Si tu veux comprendre pourquoi cette mécanique fonctionne dans toute la saga, tu peux aussi lire cet article sur l’ensemble des Sept Sœurs.
Une histoire fictive… portée par des femmes bien réelles
Star n’a jamais existé.
Son parcours, ses choix, son histoire personnelle appartiennent à la fiction.
Mais ce qui nourrit ce tome, lui, est profondément réel.
Lucinda Riley s’inspire ici de figures féminines ayant réellement vécu, et d’un univers social très précis : celui de l’aristocratie britannique et des femmes qui évoluaient à ses marges.
Ce mélange crée une sensation particulière : une histoire intime, mais ancrée dans quelque chose de tangible.
On retrouve cette même construction dans l’histoire de Maïa, où fiction et réalité s’entremêlent déjà autour de l’art et de l’histoire.
Beatrix Potter : une influence bien réelle
Beatrix Potter a réellement existé.
Auteure britannique emblématique, elle est connue pour ses livres pour enfants, notamment Peter Rabbit (Pierre Lapin).

Mais son importance dépasse largement la littérature jeunesse.
Elle était aussi une femme indépendante, attachée à la nature, à la transmission et à une forme de liberté rare pour son époque.
Dans le roman, cette influence est discrète, mais essentielle.
Elle se retrouve dans les lieux, dans les atmosphères, dans cette sensation de calme et d’ancrage.
Ce n’est pas un décor inventé : c’est une inspiration bien réelle.
Alice Keppel : une figure historique centrale
Alice Keppel a réellement existé.
Elle est connue pour avoir été la maîtresse du roi Édouard VII.
Mais réduire son histoire à cette relation serait trop simple.
Elle évoluait dans un monde de pouvoir, d’influence et de relations complexes.
Un monde où certaines femmes n’étaient pas officiellement au centre… mais jouaient un rôle essentiel.
Dans le roman, cette dimension donne une profondeur particulière à l’histoire.
On comprend que les trajectoires féminines peuvent être discrètes… mais déterminantes.

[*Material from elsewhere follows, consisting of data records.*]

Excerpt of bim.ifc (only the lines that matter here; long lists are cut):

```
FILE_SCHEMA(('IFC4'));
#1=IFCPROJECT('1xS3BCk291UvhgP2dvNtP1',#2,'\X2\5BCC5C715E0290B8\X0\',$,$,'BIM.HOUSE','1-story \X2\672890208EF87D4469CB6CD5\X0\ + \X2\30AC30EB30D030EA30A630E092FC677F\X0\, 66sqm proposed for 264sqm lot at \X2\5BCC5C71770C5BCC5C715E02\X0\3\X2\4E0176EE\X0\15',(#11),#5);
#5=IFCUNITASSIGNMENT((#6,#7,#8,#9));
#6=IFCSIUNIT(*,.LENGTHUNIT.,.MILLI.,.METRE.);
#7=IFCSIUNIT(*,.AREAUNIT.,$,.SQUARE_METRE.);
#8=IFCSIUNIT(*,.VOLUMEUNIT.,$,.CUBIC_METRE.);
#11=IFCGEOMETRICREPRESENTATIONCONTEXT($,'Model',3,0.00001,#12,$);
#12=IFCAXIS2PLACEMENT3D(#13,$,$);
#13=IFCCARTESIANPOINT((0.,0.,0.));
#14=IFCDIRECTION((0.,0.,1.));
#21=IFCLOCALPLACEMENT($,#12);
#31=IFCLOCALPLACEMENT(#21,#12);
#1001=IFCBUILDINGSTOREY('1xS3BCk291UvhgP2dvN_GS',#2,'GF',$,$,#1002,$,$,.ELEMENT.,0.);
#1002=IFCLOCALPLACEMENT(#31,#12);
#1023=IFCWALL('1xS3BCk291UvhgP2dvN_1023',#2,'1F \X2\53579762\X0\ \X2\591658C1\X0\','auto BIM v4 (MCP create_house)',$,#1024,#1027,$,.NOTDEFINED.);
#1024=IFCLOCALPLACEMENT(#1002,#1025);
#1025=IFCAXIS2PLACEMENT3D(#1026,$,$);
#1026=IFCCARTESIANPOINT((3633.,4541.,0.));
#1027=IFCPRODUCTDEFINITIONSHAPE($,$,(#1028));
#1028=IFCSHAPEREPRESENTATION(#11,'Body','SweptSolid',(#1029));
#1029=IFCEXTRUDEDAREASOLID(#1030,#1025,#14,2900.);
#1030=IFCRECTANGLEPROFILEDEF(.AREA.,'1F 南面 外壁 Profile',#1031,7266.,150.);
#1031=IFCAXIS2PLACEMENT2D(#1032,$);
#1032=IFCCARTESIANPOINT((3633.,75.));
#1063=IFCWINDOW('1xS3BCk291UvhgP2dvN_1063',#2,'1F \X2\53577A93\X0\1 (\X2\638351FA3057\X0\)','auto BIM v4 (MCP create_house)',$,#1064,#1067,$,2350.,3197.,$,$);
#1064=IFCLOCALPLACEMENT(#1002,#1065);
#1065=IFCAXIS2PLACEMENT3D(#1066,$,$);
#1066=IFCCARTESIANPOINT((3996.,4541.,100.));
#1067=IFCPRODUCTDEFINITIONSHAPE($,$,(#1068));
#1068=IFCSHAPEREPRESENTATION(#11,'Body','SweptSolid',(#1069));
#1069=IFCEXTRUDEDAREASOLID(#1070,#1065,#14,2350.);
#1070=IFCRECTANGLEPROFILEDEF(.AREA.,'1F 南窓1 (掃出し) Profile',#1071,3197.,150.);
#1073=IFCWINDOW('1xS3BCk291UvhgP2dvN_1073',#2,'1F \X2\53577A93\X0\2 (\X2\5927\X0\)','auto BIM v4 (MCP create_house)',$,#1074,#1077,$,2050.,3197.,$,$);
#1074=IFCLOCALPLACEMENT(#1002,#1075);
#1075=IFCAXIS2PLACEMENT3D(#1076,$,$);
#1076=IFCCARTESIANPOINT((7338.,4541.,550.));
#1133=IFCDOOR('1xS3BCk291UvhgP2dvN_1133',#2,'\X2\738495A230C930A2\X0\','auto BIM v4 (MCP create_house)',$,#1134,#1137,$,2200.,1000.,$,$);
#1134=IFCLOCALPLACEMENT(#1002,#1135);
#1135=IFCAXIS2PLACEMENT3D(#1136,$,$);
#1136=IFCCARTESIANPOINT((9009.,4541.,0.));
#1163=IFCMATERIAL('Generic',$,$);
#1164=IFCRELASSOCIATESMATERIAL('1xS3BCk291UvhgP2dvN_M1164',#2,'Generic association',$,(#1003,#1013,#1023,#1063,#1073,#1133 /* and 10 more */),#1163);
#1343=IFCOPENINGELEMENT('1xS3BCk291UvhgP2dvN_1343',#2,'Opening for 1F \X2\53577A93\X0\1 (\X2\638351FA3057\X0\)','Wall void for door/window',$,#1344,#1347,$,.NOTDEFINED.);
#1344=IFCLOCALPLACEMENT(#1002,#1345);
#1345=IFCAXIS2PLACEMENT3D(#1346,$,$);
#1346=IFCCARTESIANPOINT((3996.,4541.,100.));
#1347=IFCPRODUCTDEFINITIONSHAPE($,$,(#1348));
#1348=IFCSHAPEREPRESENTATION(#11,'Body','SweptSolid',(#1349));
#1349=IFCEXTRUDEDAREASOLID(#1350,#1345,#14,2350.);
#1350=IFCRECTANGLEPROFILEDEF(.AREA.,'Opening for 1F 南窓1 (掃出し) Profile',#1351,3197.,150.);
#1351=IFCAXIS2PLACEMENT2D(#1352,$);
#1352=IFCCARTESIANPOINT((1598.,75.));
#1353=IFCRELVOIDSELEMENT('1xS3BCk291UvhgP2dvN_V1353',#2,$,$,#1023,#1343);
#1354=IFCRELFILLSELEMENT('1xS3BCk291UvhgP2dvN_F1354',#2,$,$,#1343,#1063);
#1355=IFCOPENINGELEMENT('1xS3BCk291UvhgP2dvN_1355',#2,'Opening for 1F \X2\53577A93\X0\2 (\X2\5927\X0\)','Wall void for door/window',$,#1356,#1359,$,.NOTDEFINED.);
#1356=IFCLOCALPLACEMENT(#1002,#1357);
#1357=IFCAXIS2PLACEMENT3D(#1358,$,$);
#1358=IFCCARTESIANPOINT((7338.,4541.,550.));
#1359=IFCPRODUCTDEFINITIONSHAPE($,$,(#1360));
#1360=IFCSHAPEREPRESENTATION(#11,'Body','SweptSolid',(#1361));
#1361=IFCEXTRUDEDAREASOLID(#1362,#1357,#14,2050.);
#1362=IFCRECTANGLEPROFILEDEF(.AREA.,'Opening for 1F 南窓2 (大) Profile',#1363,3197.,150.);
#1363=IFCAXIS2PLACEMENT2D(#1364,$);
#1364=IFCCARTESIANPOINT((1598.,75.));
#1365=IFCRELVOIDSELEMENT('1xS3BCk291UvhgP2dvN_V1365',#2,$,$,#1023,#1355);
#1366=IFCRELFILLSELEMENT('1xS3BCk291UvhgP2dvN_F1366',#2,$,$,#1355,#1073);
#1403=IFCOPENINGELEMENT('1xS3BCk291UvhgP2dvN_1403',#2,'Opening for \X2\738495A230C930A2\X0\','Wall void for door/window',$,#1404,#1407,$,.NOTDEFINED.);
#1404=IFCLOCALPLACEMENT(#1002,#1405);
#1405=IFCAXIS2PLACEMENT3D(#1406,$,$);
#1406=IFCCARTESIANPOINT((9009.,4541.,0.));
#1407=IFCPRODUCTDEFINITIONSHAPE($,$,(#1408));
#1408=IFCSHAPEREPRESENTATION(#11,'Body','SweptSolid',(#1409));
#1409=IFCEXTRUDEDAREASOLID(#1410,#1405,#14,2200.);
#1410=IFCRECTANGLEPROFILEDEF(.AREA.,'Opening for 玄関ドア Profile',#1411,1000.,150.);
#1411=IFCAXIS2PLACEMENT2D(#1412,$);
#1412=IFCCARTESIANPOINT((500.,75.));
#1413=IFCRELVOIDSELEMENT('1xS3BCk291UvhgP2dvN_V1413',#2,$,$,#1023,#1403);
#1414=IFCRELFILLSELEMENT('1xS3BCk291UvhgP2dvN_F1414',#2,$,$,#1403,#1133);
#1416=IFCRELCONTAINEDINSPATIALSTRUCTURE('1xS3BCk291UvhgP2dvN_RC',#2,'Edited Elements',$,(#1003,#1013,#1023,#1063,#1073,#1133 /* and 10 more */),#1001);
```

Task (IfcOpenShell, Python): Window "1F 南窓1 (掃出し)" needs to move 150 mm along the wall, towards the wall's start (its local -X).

```python
import ifcopenshell
import ifcopenshell.api.geometry
import ifcopenshell.util.placement

model = ifcopenshell.open("bim.ifc")

window = model.by_guid("1xS3BCk291UvhgP2dvN_1063")
opening = window.FillsVoids[0].RelatingOpeningElement
wall = opening.VoidsElements[0].RelatingBuildingElement

wall_matrix = ifcopenshell.util.placement.get_local_placement(wall.ObjectPlacement)
shift = wall_matrix[:3, 0] * -150.0
before = ifcopenshell.util.placement.get_local_placement(window.ObjectPlacement)[:3, 3].copy()

# The window is not placed relative to its opening, so move both.
for product in (opening, window):
    matrix = ifcopenshell.util.placement.get_local_placement(product.ObjectPlacement)
    matrix[:3, 3] += shift
    ifcopenshell.api.geometry.edit_object_placement(model, product=product, matrix=matrix, is_si=False)

after = ifcopenshell.util.placement.get_local_placement(window.ObjectPlacement)[:3, 3]
print("window moved by", (after - before).round(3) + 0.0)

model.write("bim_edited.ifc")
```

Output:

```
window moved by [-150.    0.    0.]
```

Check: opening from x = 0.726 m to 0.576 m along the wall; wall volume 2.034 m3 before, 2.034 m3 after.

Le roi Édouard VII : une présence historique bien réelle
Le roi Édouard VII a lui aussi réellement existé.
Son règne marque une période de transition dans l’histoire britannique, entre tradition et modernité.
Sa relation avec Alice Keppel appartient à l’histoire.
Dans le roman, cette présence donne une autre lecture : on ne se situe plus uniquement dans la fiction, mais dans un contexte historique précis.
Un lien réel avec la Royauté actuelle et Camilla Parker Bowles
Ce détail est réel : Alice Keppel est l’arrière-grand-mère de Camilla Parker Bowles.
Ce lien crée un écho particulier.
Il rappelle que certaines trajectoires ne disparaissent pas complètement, mais se prolongent à travers le temps.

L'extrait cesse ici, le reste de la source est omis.